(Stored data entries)

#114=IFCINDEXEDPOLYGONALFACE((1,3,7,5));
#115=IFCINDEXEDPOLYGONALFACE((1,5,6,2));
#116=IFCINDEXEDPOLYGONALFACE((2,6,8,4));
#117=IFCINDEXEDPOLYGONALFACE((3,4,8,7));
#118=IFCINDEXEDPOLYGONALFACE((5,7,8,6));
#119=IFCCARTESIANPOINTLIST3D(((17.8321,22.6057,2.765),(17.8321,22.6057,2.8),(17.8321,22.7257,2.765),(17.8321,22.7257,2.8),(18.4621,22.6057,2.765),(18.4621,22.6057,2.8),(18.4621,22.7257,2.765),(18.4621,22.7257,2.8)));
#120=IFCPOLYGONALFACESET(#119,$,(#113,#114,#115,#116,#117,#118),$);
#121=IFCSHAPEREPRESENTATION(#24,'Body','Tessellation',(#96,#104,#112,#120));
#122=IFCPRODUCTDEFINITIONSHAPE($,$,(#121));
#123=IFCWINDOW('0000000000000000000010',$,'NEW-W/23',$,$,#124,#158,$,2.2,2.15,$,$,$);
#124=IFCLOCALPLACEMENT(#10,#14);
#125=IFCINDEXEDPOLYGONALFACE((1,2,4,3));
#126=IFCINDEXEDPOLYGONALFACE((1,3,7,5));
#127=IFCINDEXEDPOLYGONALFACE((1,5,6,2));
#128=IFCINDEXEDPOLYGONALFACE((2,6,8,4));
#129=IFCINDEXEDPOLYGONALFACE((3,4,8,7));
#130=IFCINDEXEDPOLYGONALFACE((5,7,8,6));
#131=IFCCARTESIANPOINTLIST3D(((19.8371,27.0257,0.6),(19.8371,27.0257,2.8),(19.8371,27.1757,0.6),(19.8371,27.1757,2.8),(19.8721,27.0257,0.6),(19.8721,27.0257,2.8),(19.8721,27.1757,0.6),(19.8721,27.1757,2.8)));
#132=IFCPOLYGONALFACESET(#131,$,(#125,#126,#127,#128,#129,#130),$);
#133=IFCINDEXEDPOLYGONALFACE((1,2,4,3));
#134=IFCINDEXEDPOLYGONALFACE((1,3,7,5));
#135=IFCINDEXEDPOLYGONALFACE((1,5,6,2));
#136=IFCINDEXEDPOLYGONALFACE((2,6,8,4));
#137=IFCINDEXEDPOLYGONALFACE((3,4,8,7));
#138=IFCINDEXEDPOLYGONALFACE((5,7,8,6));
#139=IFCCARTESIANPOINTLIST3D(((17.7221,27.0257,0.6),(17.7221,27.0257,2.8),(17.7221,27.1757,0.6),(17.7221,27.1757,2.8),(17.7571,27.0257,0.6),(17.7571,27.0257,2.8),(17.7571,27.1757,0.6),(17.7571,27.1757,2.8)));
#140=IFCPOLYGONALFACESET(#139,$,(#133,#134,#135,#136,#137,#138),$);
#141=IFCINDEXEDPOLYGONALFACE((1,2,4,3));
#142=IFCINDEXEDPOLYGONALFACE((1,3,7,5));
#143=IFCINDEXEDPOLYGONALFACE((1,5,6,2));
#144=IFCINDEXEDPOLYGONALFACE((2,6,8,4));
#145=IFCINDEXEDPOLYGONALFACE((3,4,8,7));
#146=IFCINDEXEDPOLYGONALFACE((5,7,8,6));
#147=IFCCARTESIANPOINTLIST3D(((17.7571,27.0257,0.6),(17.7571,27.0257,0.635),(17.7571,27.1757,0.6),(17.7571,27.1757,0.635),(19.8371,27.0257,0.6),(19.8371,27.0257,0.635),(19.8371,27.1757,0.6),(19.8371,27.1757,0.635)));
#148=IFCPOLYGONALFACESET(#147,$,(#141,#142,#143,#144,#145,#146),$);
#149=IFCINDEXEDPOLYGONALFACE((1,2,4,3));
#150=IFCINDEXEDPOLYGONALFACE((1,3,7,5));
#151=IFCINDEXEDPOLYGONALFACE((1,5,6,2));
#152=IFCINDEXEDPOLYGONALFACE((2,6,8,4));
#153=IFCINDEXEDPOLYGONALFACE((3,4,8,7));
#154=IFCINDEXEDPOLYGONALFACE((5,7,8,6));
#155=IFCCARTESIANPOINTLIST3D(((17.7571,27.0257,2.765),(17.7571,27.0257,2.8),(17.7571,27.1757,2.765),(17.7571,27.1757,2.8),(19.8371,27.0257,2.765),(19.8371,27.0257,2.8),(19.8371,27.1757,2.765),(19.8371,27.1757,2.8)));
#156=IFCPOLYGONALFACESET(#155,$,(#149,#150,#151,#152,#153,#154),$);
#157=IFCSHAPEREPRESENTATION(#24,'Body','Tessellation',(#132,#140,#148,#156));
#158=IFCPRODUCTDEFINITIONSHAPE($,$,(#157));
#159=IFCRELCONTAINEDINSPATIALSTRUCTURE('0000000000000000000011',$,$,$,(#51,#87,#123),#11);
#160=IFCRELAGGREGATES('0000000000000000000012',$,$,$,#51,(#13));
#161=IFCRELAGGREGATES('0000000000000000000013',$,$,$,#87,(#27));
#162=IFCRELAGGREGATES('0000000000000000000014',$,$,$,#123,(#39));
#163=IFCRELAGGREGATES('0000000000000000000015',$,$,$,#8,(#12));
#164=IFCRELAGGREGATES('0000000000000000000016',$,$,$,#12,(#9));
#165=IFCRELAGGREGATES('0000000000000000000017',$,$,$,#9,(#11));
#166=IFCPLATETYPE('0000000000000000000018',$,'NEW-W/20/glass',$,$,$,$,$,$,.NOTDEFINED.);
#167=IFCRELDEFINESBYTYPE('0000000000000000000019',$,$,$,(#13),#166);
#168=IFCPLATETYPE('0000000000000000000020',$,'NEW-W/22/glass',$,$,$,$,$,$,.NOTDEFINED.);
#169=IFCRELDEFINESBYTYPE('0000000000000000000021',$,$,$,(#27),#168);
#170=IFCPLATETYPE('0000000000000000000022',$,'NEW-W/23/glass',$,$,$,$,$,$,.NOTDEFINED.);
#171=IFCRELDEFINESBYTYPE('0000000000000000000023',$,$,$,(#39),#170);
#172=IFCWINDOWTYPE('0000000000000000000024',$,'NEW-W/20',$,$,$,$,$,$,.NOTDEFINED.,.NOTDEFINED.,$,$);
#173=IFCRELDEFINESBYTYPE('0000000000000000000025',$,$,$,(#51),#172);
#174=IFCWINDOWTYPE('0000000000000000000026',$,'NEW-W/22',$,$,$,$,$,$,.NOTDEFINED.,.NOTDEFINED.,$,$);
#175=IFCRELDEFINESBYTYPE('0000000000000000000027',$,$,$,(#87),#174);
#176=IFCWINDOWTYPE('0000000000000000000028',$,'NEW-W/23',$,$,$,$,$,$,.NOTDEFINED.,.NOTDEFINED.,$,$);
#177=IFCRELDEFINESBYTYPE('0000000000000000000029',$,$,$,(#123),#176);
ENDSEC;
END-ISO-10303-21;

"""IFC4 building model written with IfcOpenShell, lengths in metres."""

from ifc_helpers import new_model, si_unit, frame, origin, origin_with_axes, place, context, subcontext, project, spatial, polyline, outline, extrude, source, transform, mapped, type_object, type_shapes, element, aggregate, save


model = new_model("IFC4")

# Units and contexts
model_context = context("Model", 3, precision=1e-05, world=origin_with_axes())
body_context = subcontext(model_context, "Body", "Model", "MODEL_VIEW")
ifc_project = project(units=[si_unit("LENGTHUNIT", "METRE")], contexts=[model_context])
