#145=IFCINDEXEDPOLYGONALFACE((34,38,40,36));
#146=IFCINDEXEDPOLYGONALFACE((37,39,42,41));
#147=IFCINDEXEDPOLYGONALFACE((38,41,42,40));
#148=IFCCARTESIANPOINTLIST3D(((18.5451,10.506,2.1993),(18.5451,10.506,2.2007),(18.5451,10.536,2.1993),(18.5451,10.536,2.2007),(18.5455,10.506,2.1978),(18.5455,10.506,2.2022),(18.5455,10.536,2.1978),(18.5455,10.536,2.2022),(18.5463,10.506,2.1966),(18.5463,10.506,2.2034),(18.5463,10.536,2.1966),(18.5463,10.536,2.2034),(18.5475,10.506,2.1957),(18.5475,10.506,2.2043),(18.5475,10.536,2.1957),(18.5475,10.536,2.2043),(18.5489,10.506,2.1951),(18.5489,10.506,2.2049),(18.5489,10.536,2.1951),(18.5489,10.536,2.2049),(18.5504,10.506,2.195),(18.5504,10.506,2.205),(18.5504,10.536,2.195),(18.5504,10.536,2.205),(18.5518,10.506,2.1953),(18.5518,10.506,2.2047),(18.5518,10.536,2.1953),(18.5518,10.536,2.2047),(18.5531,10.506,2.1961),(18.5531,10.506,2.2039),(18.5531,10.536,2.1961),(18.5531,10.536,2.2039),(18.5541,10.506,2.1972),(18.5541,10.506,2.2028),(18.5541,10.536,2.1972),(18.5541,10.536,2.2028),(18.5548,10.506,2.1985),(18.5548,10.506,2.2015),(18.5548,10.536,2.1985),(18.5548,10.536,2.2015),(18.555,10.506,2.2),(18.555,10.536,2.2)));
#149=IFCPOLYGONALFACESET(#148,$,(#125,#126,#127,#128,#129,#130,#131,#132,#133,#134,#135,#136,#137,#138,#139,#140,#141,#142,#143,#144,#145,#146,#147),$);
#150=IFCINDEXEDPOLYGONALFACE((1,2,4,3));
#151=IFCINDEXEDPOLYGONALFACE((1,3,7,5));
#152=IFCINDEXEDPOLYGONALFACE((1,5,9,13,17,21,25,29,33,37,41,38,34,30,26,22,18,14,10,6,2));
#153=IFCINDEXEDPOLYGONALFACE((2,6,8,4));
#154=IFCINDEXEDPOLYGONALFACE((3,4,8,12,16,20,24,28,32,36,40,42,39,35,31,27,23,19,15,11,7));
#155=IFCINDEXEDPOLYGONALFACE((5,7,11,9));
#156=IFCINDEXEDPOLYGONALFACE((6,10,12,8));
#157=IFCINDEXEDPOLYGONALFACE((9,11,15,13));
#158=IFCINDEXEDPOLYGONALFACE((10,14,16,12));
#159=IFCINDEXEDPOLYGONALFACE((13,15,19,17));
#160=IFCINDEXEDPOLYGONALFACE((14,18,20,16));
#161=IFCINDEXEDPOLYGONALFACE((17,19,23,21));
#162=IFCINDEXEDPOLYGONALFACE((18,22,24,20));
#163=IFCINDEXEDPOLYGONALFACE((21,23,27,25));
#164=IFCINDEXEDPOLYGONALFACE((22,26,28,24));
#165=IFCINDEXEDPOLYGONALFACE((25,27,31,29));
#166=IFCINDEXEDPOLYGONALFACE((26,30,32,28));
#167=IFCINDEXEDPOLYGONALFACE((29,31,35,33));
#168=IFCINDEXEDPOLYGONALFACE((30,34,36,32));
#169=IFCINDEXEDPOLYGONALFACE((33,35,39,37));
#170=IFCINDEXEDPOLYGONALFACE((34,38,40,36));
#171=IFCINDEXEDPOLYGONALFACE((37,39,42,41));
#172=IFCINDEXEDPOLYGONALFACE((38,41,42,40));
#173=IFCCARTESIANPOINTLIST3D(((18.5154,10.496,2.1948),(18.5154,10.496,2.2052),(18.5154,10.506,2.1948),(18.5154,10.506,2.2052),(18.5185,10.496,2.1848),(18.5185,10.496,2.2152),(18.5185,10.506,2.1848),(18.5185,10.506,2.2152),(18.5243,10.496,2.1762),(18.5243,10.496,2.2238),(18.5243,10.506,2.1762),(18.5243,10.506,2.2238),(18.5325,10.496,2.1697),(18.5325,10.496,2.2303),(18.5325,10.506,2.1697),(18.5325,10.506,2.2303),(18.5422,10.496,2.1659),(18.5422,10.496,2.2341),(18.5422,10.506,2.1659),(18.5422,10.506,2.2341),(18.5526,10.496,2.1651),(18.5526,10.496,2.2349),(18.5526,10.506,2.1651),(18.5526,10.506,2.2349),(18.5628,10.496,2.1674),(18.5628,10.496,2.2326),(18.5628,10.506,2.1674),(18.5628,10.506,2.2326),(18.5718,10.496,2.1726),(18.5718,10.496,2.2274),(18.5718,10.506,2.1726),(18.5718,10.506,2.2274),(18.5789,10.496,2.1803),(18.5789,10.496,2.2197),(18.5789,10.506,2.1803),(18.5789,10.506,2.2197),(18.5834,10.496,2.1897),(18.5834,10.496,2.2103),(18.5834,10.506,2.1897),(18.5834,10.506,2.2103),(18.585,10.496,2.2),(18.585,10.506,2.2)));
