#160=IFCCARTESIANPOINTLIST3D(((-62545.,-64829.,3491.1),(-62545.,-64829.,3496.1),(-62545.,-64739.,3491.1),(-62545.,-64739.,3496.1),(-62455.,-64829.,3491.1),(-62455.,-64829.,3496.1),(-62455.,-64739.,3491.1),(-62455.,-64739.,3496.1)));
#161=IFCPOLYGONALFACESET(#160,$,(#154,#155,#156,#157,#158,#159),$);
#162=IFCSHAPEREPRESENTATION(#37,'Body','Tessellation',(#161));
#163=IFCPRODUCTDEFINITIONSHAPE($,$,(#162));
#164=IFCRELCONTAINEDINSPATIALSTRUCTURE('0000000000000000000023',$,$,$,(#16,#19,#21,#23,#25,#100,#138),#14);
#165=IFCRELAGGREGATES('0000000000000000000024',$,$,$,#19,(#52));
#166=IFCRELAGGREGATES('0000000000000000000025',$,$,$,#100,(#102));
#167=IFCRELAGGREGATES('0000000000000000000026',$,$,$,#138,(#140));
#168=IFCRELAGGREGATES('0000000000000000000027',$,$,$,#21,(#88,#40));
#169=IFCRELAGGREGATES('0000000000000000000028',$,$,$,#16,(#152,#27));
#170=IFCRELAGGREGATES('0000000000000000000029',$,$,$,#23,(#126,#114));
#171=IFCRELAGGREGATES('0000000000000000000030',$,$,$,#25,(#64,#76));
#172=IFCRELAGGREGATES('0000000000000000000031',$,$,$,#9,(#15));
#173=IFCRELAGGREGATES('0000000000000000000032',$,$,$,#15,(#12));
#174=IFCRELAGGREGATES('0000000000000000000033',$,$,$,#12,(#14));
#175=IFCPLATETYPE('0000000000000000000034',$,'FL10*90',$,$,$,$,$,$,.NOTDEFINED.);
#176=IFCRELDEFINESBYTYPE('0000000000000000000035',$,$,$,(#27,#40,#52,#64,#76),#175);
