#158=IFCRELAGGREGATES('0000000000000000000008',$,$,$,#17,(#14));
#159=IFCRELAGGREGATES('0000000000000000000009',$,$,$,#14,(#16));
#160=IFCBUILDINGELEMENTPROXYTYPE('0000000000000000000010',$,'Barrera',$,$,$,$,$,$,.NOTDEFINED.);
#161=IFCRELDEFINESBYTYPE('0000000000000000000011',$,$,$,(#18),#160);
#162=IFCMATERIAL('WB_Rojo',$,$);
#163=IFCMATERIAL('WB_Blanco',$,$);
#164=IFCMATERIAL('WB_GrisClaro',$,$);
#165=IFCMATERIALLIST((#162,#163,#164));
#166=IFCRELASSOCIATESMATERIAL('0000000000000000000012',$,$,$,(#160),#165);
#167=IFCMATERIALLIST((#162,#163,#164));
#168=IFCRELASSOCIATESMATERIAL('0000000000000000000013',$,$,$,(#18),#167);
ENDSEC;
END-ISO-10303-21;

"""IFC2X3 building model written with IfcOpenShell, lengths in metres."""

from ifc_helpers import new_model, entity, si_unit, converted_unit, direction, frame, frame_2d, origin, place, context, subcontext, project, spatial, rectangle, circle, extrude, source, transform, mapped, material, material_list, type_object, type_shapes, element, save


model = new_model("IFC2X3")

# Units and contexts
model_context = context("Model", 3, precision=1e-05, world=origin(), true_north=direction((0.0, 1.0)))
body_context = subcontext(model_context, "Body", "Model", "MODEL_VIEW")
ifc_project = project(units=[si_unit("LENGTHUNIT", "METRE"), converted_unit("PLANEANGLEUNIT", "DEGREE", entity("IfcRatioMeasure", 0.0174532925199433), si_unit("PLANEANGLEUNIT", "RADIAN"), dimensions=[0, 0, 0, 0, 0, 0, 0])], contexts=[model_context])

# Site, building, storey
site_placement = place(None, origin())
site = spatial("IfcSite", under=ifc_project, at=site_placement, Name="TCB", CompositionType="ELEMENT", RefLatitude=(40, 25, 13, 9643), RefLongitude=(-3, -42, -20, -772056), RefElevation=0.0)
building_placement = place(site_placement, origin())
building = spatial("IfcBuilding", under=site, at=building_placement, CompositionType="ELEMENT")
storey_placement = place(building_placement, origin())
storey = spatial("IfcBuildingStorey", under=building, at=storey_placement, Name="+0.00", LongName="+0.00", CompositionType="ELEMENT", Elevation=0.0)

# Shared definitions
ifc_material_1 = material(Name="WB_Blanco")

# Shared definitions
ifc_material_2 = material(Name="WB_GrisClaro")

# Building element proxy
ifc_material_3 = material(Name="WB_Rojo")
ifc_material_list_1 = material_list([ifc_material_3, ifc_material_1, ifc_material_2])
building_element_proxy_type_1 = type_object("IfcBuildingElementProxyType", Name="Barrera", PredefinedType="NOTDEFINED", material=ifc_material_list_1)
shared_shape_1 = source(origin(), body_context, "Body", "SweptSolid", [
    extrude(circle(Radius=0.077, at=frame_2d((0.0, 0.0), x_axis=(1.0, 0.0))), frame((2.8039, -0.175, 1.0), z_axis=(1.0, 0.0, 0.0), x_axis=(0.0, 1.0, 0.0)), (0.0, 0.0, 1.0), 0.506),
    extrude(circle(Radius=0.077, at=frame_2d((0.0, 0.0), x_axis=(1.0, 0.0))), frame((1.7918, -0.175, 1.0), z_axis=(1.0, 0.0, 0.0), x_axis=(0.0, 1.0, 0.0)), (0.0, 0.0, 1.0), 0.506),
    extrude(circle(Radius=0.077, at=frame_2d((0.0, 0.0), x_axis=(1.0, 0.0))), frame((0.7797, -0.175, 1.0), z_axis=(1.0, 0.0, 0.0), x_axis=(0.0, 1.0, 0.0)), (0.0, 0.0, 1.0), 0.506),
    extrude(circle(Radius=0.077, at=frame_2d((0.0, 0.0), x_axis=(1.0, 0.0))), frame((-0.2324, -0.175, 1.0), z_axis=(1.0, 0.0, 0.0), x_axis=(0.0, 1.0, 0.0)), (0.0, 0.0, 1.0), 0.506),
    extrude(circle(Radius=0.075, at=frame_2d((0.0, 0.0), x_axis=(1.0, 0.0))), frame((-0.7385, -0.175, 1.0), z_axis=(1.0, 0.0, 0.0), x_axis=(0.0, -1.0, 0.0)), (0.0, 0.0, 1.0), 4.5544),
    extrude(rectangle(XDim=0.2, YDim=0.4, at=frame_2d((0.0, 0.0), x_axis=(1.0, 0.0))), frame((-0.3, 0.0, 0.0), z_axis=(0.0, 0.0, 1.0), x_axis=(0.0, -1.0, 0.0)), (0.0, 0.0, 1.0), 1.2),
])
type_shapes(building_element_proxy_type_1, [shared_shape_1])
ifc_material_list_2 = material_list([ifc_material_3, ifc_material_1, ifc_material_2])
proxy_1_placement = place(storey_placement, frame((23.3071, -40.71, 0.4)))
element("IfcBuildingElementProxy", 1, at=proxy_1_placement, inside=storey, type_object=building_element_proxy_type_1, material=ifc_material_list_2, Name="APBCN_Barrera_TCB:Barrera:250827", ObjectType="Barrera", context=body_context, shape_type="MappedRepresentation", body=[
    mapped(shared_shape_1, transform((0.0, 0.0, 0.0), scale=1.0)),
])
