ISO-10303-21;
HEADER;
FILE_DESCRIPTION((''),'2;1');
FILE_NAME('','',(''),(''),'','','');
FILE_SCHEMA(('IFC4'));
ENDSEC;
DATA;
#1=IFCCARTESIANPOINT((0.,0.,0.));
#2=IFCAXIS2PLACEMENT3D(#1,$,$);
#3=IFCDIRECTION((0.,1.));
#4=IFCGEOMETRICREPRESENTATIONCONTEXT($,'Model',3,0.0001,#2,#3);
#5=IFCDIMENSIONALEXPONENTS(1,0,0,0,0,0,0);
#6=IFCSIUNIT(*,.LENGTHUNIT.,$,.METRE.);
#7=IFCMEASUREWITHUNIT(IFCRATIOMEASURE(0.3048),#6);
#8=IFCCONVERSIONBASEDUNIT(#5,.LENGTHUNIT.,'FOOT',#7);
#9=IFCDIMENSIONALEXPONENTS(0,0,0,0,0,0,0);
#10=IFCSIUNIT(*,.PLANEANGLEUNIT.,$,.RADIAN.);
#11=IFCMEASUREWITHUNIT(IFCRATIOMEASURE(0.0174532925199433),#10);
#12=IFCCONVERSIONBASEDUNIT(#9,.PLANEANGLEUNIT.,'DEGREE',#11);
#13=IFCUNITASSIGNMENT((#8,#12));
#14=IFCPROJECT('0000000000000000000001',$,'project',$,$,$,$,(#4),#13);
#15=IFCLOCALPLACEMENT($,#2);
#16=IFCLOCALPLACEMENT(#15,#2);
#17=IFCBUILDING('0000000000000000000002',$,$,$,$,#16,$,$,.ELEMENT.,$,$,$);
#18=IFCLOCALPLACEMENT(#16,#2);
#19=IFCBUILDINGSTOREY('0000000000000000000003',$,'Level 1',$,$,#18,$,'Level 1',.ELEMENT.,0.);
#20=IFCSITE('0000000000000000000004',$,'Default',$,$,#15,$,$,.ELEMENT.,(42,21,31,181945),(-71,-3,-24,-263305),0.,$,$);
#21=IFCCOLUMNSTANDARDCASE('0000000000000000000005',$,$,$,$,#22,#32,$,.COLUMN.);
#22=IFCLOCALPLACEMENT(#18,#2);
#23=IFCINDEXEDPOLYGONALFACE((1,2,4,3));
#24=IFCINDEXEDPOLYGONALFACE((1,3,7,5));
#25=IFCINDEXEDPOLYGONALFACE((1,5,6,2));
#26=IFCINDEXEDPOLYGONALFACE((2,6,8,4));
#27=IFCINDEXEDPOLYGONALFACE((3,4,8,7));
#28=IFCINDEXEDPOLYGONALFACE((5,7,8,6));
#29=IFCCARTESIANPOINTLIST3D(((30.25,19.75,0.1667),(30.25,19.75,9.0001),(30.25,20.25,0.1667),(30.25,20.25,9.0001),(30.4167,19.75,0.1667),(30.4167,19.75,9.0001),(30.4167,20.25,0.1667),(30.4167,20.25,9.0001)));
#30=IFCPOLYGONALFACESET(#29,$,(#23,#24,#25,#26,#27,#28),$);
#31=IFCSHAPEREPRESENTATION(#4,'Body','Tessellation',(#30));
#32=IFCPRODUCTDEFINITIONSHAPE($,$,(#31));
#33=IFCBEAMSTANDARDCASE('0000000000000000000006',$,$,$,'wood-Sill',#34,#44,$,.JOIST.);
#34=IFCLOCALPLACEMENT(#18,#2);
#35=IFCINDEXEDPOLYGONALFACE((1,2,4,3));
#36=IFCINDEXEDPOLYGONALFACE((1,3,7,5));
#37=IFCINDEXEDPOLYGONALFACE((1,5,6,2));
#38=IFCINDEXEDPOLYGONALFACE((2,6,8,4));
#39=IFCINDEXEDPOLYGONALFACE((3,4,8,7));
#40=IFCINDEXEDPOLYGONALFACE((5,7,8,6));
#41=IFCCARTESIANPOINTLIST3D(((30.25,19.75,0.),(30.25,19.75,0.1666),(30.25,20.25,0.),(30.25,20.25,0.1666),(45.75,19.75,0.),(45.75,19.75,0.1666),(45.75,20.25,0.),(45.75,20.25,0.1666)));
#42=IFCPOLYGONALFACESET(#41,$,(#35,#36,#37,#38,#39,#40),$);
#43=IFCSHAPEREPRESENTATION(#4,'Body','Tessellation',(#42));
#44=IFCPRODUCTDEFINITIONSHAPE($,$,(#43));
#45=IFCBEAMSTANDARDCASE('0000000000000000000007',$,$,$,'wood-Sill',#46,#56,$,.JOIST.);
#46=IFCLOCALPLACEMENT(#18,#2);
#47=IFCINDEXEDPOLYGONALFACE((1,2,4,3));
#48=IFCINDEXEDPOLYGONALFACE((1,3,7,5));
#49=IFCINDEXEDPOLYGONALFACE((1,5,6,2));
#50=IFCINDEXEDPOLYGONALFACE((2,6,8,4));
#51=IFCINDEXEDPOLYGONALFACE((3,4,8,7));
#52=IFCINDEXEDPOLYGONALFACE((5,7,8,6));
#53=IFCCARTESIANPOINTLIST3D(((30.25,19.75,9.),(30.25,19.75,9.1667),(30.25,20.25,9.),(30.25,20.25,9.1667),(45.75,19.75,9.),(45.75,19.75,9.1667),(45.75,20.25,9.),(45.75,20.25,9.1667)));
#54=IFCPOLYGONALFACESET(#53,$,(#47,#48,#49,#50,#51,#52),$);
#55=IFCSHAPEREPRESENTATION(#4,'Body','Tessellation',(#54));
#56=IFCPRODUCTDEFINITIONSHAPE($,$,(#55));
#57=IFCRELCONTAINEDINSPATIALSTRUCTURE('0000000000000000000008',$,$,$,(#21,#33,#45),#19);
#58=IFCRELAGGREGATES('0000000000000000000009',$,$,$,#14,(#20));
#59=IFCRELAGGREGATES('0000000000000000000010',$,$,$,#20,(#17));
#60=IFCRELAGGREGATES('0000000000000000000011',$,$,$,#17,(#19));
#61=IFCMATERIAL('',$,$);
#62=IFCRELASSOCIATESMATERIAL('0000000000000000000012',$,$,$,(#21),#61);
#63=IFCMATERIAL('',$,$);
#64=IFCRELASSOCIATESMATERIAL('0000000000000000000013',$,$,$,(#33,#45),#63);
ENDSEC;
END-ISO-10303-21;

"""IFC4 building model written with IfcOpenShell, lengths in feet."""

from ifc_helpers import new_model, entity, si_unit, converted_unit, direction, frame, origin, origin_with_axes, place, context, project, spatial, rectangle, extrude, material, element, save


model = new_model("IFC4")

# Units and contexts
model_context = context("Model", 3, precision=0.0001, world=origin(), true_north=direction((0.0, 1.0)))
ifc_project = project(units=[converted_unit("LENGTHUNIT", "FOOT", entity("IfcRatioMeasure", 0.3048), si_unit("LENGTHUNIT", "METRE"), dimensions=[1, 0, 0, 0, 0, 0, 0]), converted_unit("PLANEANGLEUNIT", "DEGREE", entity("IfcRatioMeasure", 0.0174532925199433), si_unit("PLANEANGLEUNIT", "RADIAN"), dimensions=[0, 0, 0, 0, 0, 0, 0])], contexts=[model_context])

# Site, building, storey
site_placement = place(None, origin())
site = spatial("IfcSite", under=ifc_project, at=site_placement, Name="Default", CompositionType="ELEMENT", RefLatitude=(42, 21, 31, 181945), RefLongitude=(-71, -3, -24, -263305), RefElevation=0.0)
building_placement = place(site_placement, origin())
building = spatial("IfcBuilding", under=site, at=building_placement, CompositionType="ELEMENT")
storey_placement = place(building_placement, origin())
storey = spatial("IfcBuildingStorey", under=building, at=storey_placement, Name="Level 1", LongName="Level 1", CompositionType="ELEMENT", Elevation=0.0)

# Column
ifc_material_1 = material(Name="")
placement_1 = place(storey_placement, frame((30.25, 20.0, 0.0)))
for number, where, z_axis, x_axis in (
    (1, (0.0833, 0.0, 0.1667), (0.0, 0.0, 1.0), (1.0, 0.0, 0.0)),
):
    element("IfcColumnStandardCase", number, at=place(placement_1, frame(where, z_axis=z_axis, x_axis=x_axis)), inside=storey, material=ifc_material_1, PredefinedType="COLUMN", context=model_context, shape_type="SweptSolid", body=[
        extrude(rectangle(XDim=0.1667, YDim=0.5), origin(), (0.0, 0.0, 1.0), 8.8334),
    ])

# Beams
ifc_material_2 = material(Name="")
for number, where, z_axis, x_axis in (
    (2, (0.0, 0.0, 0.0833), (1.0, 0.0, 0.0), (0.0, 0.0, 1.0)),
    (3, (0.0, 0.0, 9.0834), (1.0, 0.0, 0.0), (0.0, 0.0, 1.0)),
):
    element("IfcBeamStandardCase", number, at=place(placement_1, frame(where, z_axis=z_axis, x_axis=x_axis)), inside=storey, material=ifc_material_2, ObjectType="wood-Sill", PredefinedType="JOIST", context=model_context, shape_type="SweptSolid", body=[
        extrude(rectangle(XDim=0.1667, YDim=0.5), origin_with_axes(), (0.0, 0.0, 1.0), 15.5),
    ])

save(model, "model.ifc")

**DIRECTIONS FOR THIS TASK**. From the line that has "#135=IFCINDEXEDPOLYGONALFACE((1,5,6,2));" through the line that has "#138=IFCINDEXEDPOLYGONALFACE((5,7,8,6));", copy every line exactly as it appears above, and leave out all others.

**SOLUTION**.
#135=IFCINDEXEDPOLYGONALFACE((1,5,6,2));
#136=IFCINDEXEDPOLYGONALFACE((2,6,8,4));
#137=IFCINDEXEDPOLYGONALFACE((3,4,8,7));
#138=IFCINDEXEDPOLYGONALFACE((5,7,8,6));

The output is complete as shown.